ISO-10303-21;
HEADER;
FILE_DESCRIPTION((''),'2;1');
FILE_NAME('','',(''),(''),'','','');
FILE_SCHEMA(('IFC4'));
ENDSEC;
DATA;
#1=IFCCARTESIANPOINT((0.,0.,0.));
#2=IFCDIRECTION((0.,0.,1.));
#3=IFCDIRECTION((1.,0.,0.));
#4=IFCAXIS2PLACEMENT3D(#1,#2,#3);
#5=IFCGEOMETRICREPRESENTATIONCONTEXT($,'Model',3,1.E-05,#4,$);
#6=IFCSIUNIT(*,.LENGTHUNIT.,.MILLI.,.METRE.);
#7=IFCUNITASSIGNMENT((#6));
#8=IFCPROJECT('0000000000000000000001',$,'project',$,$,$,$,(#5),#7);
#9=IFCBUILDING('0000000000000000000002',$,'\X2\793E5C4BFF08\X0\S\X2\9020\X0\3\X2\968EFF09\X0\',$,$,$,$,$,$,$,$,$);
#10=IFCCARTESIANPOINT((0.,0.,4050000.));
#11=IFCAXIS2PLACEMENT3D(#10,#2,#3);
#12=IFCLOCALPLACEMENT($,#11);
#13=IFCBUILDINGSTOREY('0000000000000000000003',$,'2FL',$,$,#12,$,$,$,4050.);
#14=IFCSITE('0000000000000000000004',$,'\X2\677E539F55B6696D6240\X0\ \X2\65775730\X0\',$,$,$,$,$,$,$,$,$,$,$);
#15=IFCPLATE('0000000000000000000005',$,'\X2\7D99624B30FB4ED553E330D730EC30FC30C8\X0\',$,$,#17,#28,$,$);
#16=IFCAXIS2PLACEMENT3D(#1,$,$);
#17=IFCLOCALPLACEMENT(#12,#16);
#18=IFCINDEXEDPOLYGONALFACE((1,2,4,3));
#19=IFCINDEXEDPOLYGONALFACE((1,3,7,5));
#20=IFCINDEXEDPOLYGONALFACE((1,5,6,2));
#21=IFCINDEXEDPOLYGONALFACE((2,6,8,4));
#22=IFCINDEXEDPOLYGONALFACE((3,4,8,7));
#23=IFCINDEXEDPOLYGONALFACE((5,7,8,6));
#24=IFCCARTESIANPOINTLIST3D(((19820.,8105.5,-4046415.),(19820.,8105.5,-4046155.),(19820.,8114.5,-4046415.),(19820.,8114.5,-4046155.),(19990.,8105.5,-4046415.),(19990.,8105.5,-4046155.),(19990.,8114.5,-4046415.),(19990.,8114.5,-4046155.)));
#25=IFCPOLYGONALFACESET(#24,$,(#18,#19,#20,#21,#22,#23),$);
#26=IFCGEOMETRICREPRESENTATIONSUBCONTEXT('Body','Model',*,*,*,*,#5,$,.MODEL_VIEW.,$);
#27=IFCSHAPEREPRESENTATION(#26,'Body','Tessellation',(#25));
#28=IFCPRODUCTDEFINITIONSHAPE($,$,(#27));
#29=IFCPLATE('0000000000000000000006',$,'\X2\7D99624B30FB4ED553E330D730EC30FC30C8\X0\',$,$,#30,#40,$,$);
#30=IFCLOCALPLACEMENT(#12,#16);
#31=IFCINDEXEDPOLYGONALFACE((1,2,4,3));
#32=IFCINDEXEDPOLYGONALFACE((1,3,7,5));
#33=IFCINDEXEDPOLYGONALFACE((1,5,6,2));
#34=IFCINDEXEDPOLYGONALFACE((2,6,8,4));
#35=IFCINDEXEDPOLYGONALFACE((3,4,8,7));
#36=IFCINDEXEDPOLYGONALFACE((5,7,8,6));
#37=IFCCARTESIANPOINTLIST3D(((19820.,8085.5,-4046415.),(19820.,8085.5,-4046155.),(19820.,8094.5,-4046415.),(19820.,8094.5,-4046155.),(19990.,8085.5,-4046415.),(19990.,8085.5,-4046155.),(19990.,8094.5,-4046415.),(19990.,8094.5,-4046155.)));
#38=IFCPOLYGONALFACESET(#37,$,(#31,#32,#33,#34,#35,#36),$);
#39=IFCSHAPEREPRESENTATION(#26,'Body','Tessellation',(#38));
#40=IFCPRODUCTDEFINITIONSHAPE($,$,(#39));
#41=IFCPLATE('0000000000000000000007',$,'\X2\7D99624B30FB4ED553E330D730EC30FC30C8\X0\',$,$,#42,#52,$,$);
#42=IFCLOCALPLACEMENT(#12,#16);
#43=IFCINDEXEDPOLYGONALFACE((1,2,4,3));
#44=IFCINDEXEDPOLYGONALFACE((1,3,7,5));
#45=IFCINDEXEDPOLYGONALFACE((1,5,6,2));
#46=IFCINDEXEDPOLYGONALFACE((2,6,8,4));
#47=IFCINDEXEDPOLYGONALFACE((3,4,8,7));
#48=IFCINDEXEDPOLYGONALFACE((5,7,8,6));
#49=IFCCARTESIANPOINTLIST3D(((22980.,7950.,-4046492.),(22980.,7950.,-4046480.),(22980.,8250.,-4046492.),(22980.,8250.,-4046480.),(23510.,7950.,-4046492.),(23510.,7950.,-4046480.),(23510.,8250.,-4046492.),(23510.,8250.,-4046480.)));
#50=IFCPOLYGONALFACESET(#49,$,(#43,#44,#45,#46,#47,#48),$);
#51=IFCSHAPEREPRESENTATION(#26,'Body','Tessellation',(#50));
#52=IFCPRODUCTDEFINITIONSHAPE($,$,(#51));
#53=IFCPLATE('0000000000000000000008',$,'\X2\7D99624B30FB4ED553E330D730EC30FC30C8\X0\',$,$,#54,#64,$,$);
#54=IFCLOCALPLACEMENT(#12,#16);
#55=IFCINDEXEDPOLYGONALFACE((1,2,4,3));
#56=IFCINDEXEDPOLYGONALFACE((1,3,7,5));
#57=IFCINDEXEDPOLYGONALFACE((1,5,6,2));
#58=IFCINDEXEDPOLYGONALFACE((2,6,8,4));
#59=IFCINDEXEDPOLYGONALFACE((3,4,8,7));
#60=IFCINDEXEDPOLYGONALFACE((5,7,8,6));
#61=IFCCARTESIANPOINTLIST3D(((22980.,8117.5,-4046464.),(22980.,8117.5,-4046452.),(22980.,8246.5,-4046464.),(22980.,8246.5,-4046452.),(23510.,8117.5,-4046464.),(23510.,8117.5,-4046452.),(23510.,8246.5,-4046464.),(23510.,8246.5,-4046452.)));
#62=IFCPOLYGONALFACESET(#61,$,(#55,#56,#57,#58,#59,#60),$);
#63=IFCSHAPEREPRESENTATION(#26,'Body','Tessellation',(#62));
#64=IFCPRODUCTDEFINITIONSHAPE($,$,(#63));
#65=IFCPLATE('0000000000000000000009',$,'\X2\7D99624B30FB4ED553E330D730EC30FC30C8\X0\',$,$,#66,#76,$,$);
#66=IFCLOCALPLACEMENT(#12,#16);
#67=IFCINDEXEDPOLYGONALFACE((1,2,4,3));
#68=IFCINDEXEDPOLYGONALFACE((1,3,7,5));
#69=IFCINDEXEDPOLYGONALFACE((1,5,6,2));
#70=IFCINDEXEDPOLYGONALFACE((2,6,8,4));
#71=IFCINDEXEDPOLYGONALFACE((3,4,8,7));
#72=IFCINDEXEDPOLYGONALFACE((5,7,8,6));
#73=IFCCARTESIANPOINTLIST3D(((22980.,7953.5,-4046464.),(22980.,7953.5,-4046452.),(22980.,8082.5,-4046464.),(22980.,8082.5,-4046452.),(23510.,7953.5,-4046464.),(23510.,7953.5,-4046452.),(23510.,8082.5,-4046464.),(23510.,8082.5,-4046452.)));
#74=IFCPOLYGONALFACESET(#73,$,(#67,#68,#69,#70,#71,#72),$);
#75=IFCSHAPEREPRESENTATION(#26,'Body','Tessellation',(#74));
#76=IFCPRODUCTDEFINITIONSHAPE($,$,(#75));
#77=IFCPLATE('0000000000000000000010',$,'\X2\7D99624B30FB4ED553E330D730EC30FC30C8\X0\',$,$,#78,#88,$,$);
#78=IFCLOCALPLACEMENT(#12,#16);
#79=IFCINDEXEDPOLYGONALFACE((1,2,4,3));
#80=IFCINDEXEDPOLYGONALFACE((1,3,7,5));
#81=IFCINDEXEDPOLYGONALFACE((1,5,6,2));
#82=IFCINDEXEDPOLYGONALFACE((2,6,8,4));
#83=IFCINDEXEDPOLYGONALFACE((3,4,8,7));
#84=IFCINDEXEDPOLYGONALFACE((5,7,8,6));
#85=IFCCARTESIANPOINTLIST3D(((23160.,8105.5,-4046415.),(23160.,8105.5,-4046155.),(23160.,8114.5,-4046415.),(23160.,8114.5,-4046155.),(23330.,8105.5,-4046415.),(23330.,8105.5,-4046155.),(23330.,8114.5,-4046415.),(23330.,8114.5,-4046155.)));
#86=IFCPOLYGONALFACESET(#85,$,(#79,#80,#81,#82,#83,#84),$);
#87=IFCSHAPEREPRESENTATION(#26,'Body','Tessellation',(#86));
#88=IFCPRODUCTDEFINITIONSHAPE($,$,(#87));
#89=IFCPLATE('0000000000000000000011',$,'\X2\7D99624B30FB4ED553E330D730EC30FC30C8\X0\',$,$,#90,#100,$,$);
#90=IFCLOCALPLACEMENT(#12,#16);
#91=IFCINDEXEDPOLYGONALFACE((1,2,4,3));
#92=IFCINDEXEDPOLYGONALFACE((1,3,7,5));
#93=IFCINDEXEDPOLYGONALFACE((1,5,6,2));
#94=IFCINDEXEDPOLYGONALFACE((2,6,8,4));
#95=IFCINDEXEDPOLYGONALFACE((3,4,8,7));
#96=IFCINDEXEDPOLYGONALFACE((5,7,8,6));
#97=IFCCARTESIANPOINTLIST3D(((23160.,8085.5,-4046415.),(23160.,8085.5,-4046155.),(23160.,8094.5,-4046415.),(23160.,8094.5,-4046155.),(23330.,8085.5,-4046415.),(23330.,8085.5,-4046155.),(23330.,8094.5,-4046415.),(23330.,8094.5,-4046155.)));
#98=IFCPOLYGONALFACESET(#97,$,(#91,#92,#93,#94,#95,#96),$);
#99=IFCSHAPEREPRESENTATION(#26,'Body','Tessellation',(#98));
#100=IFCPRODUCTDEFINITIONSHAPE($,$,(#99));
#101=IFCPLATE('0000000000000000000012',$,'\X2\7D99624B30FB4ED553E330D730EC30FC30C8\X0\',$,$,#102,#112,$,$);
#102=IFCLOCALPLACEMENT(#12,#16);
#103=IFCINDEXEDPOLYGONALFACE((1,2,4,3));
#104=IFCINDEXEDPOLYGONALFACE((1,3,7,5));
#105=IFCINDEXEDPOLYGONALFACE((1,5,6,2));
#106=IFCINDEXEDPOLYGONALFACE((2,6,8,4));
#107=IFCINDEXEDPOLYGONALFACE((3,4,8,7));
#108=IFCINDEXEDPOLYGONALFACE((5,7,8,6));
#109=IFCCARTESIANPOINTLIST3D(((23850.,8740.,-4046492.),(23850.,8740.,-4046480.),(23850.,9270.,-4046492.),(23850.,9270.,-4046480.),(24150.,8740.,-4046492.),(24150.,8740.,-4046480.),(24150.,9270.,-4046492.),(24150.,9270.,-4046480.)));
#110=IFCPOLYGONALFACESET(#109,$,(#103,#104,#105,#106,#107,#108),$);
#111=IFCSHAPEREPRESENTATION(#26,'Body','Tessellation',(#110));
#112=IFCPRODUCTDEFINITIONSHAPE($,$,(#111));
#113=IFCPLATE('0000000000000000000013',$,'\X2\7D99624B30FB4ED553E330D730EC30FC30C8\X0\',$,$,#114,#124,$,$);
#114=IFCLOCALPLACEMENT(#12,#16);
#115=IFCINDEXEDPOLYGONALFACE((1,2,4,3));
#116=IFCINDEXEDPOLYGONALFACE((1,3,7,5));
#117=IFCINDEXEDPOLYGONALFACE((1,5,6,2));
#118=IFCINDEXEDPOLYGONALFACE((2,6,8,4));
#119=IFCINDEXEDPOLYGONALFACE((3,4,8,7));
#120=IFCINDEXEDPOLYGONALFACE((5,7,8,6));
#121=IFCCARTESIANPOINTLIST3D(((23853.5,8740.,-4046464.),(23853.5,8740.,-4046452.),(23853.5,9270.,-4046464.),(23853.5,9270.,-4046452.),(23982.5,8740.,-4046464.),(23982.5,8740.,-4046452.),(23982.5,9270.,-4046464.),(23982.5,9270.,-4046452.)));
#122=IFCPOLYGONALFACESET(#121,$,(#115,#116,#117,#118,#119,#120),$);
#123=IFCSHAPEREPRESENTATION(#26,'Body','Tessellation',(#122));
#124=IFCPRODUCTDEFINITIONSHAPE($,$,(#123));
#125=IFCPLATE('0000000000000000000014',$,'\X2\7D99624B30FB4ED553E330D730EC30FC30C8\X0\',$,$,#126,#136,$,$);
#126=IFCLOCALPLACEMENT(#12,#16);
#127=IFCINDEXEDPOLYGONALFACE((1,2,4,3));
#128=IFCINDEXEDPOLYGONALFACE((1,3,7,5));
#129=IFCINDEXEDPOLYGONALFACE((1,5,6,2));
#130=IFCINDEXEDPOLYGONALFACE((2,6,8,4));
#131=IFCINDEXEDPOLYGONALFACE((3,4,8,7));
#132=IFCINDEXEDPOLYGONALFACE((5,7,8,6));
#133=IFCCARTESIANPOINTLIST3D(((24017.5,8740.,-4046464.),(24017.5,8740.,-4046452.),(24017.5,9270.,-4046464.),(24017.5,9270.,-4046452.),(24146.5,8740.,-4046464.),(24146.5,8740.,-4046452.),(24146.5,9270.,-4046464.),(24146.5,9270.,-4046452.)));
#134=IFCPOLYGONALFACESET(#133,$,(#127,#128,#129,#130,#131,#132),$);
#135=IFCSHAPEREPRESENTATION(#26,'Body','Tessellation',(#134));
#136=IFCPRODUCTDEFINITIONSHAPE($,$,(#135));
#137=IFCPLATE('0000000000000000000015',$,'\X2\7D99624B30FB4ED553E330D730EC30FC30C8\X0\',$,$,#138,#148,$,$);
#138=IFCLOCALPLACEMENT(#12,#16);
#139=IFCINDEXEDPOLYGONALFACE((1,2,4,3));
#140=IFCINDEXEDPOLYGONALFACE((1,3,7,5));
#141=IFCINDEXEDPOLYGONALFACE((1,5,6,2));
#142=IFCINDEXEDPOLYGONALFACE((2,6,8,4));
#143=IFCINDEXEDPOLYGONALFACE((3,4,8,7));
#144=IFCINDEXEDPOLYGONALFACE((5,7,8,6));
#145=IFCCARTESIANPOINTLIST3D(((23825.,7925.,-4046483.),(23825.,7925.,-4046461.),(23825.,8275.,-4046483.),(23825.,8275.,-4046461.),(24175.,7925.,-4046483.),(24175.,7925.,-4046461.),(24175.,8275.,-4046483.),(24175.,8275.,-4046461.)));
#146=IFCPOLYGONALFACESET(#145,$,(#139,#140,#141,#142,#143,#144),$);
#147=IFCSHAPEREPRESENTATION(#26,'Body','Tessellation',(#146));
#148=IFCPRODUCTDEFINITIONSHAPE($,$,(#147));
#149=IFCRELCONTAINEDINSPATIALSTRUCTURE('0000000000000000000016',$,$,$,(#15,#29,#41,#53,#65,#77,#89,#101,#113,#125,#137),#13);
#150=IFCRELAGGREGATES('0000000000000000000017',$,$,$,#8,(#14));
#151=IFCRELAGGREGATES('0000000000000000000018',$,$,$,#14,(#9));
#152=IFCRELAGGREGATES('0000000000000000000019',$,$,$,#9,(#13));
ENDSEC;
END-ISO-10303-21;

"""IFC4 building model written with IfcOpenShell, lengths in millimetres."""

from ifc_helpers import new_model, si_unit, frame, origin, origin_with_axes, place, context, subcontext, project, spatial, rectangle, extrude, element, save


model = new_model("IFC4")

# Units and contexts
model_context = context("Model", 3, precision=1e-05, world=origin_with_axes())
body_context = subcontext(model_context, "Body", "Model", "MODEL_VIEW")
ifc_project = project(units=[si_unit("LENGTHUNIT", "METRE", prefix="MILLI")], contexts=[model_context])

# Site, building, storey
site = spatial("IfcSite", under=ifc_project, Name="松原営業所 敷地")
building = spatial("IfcBuilding", under=site, Name="社屋（S造3階）")
storey_placement = place(None, frame((0.0, 0.0, 4050000.0), z_axis=(0.0, 0.0, 1.0), x_axis=(1.0, 0.0, 0.0)))
storey = spatial("IfcBuildingStorey", under=building, at=storey_placement, Name="2FL", Elevation=4050.0)

# Plates
for number, where, z_axis, x_axis, name in (
    (1, (19820.0, 8110.0, -4046285.0), (1.0, 0.0, 0.0), (0.0, 1.0, 0.0), "継手・仕口プレート"),
    (2, (19820.0, 8090.0, -4046285.0), (1.0, 0.0, 0.0), (0.0, 1.0, 0.0), "継手・仕口プレート"),
):
    element("IfcPlate", number, at=place(storey_placement, frame(where, z_axis=z_axis, x_axis=x_axis)), inside=storey, Name=name, context=body_context, shape_type="SweptSolid", body=[
        extrude(rectangle(XDim=9.0, YDim=260.0), origin(), (0.0, 0.0, 1.0), 170.0),
    ])
plate_1_placement = place(storey_placement, frame((22980.0, 8100.0, -4046486.0), z_axis=(1.0, 0.0, 0.0), x_axis=(0.0, 1.0, 0.0)))
element("IfcPlate", 3, at=plate_1_placement, inside=storey, Name="継手・仕口プレート", context=body_context, shape_type="SweptSolid", body=[
    extrude(rectangle(XDim=300.0, YDim=12.0), origin(), (0.0, 0.0, 1.0), 530.0),
])
for number, where, z_axis, x_axis, name in (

——————

**Task directions:** Make a copy of each line in the records that has the word "IFCLOCALPLACEMENT".

**Solution to this exercise:**
#12=IFCLOCALPLACEMENT($,#11);
#17=IFCLOCALPLACEMENT(#12,#16);
#30=IFCLOCALPLACEMENT(#12,#16);
#42=IFCLOCALPLACEMENT(#12,#16);
#54=IFCLOCALPLACEMENT(#12,#16);
#66=IFCLOCALPLACEMENT(#12,#16);
#78=IFCLOCALPLACEMENT(#12,#16);
#90=IFCLOCALPLACEMENT(#12,#16);
#102=IFCLOCALPLACEMENT(#12,#16);
#114=IFCLOCALPLACEMENT(#12,#16);
#126=IFCLOCALPLACEMENT(#12,#16);
#138=IFCLOCALPLACEMENT(#12,#16);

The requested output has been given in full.